The first time I visited the facility, was on a short trip to the West Coast. I toured the facility and was very impressed. Later I had an excellent lunch where the facility director seated me with two ladies from our town in South Carolina. One of them was the sister of our lawyer and the other had recently moved there from a neighborhood about 2 miles from us. These ladies were delightful and I really wished that my wife had made that trip with me as she would have loved talking to them.
I took that visit as an Omen and my wife and I are going back out there again to get a better idea of what we should take with us for one of their 2 bedroom apartments.
If I have to leave the planet, that is where I want my lovely wife to be.


----------



## OneEyedDiva (Sep 8, 2019)

My son swears he wouldn't put me in a nursing home but sometimes life dictates something different.  He said if I start ailing, he'd move me in with him and his wife but right now, that's not practical. They are in an apartment and my two adult grandsons live there too. If living with them is not a realistic option, I'll have to either have a home health aid or go into an assisted living facility or nursing home.


----------



## Liberty (Sep 8, 2019)

OneEyedDiva said:


> My son swears he wouldn't put me in a nursing home but sometimes life dictates something different.  He said if I start ailing, he'd move me in with him and his wife but right now, that's not practical. They are in an apartment and my two adult grandsons live there too. If living with them is not a realistic option, I'll have to either have a home health aid or go into an assisted living facility or nursing home.


Yes, and the assisted living facilities can be pricey.  My mother in law lived in one for years, after living with us...we traveled a lot and it became necessary for her to move there due to mobility issues and my mom, who also lived with us.
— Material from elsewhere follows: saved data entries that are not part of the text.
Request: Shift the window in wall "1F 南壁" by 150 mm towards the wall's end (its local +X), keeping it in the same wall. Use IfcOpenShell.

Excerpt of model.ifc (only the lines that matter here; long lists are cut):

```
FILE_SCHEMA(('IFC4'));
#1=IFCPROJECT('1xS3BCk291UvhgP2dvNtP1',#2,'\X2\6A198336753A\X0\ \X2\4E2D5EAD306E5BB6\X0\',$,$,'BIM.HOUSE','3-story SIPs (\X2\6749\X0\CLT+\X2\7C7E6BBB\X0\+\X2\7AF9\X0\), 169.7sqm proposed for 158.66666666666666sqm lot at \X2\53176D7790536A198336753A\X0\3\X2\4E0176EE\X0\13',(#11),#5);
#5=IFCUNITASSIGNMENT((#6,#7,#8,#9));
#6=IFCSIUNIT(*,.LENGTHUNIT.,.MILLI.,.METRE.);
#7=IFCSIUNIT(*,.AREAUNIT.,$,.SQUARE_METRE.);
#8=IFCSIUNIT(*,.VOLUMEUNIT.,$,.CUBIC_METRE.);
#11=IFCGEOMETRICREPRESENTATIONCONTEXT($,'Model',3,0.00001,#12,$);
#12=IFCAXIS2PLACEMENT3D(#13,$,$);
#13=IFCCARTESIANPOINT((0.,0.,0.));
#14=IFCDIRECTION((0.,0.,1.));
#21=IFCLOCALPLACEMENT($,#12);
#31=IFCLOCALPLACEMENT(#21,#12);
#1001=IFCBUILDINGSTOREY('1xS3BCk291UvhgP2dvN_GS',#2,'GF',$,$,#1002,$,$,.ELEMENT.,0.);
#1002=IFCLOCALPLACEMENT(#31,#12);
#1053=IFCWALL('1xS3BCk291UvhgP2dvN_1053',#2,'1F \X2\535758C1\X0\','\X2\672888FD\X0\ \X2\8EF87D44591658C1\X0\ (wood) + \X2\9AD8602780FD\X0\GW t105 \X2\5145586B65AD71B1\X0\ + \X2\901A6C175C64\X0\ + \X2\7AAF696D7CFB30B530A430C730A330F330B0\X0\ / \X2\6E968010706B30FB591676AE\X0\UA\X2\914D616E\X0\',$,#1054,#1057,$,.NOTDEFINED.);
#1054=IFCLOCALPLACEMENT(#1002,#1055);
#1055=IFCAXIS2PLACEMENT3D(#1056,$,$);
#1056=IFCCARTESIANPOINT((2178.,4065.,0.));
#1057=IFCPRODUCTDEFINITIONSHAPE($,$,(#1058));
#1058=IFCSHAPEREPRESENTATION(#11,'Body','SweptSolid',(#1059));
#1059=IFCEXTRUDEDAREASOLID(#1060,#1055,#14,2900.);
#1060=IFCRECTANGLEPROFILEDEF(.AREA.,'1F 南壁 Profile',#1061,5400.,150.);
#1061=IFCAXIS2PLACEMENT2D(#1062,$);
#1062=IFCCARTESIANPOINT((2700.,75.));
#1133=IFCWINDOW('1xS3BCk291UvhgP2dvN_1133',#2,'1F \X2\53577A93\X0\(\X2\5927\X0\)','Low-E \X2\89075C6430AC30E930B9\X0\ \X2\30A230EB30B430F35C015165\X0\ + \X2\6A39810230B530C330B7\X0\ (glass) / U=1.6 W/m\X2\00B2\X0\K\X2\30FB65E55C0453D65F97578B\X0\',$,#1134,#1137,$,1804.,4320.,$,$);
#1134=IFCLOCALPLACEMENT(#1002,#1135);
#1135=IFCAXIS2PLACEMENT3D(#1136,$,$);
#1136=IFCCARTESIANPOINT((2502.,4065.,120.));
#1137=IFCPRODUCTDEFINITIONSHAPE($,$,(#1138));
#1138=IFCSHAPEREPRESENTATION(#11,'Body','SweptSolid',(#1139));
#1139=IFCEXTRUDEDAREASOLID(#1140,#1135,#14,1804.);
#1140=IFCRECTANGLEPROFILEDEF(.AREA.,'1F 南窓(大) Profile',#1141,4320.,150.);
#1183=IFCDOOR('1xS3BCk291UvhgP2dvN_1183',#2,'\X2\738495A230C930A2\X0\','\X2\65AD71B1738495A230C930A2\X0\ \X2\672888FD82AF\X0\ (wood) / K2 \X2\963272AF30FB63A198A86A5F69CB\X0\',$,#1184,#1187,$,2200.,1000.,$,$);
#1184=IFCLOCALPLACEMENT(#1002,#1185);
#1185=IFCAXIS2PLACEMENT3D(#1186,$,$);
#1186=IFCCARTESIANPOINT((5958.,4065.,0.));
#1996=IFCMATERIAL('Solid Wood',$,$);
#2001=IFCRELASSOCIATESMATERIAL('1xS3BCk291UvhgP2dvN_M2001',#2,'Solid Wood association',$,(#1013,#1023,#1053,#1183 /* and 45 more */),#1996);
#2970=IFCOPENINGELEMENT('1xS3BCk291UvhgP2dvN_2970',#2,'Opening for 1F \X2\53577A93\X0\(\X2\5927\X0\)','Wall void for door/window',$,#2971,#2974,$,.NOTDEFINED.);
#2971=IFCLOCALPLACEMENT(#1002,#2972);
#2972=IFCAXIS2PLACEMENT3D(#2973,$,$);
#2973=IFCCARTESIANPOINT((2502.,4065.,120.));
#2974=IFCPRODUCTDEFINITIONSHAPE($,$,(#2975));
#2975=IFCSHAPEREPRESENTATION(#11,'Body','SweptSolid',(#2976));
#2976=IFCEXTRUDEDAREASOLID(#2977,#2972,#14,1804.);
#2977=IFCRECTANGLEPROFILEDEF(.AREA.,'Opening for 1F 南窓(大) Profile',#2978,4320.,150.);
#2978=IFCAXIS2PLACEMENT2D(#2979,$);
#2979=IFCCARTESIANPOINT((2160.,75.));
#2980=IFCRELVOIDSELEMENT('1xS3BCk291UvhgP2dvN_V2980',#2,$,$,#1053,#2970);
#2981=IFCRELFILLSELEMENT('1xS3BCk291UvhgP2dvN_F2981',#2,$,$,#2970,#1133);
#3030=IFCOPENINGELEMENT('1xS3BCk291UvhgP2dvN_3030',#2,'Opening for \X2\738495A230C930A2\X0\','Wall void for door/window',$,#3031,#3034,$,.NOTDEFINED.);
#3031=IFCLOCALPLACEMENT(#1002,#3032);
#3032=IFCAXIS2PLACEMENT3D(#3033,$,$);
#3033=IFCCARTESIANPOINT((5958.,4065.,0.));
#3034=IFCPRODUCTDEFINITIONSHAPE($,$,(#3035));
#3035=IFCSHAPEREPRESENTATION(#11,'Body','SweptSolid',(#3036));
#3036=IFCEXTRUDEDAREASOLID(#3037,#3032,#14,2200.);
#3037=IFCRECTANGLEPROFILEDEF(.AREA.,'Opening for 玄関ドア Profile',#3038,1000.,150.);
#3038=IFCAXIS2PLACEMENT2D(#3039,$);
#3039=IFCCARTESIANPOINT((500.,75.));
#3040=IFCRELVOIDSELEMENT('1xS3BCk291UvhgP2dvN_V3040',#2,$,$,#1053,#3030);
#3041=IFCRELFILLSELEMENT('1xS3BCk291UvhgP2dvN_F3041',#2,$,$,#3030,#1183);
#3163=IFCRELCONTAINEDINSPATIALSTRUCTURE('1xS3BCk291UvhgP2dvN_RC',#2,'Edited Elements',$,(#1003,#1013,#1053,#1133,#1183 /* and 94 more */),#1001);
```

```python
import ifcopenshell
import ifcopenshell.api.geometry
import ifcopenshell.util.placement
import ifcopenshell.util.unit

model = ifcopenshell.open("model.ifc")
unit_scale = ifcopenshell.util.unit.calculate_unit_scale(model)

window = model.by_guid("1xS3BCk291UvhgP2dvN_1133")
opening = window.FillsVoids[0].RelatingOpeningElement
wall = opening.VoidsElements[0].RelatingBuildingElement

wall_matrix = ifcopenshell.util.placement.get_local_placement(wall.ObjectPlacement)
shift = wall_matrix[:3, 0] * 0.15 / unit_scale
before = ifcopenshell.util.placement.get_local_placement(window.ObjectPlacement)[:3, 3].copy()

# The window is not placed relative to its opening, so move both.
for product in (opening, window):
    matrix = ifcopenshell.util.placement.get_local_placement(product.ObjectPlacement)
    matrix[:3, 3] += shift
    ifcopenshell.api.geometry.edit_object_placement(model, product=product, matrix=matrix, is_si=False)

after = ifcopenshell.util.placement.get_local_placement(window.ObjectPlacement)[:3, 3]
print("window moved by", (after - before).round(3) + 0.0)

model.write("model_v2.ifc")
```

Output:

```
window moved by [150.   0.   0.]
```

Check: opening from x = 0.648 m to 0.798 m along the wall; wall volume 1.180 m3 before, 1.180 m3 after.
Think its easy to "say" you wouldn't allow  a loved one to go a nursing home, but lets face it, it becomes necessary at times.  If you have the funds, a good assisted living center can be the choice assuming there's not a need for 24/7 care...but with that said, they've become much more expensive in the last few years, I think.  Obviously, the nursing home (skilled nursing facility) is the next move from the assisted living facility.


----------



## OneEyedDiva (Sep 8, 2019)

Liberty said:


> Yes, and the assisted living facilities can be pricey.  My mother in law lived in one for years, after living with us...we traveled a lot and it became necessary for her to move there due to mobility issues and my mom, who also lived with us.
> 
> Think its easy to "say" you wouldn't allow  a loved one to go a nursing home, but lets face it, it becomes necessary at times.  If you have the funds, a good assisted living center can be the choice assuming there's not a need for 24/7 care...but with that said, they've become much more expensive in the last few years, I think.  Obviously, the nursing home (skilled nursing facility) is the next move from the assisted living facility.


Liberty...and I live in N.J. which has one of the highest costs for assisted living and nursing homes. I never intended to put my mother in a nursing home but I had a heart condition, she was failing more (and about my weight or heavier) and I actually got very sick one day when I was taking care of her so my uncle had to come. I could no longer take adequate care of her, so I know what you mean. But we were blessed.  I found a very good place and the staff came to love her so she got treated very well. Her money ran out in a few months but they kept her there when Medicaid kicked in.


----------



## jerry old (Sep 8, 2019)

Norman said he thinks about his future a lot, what options...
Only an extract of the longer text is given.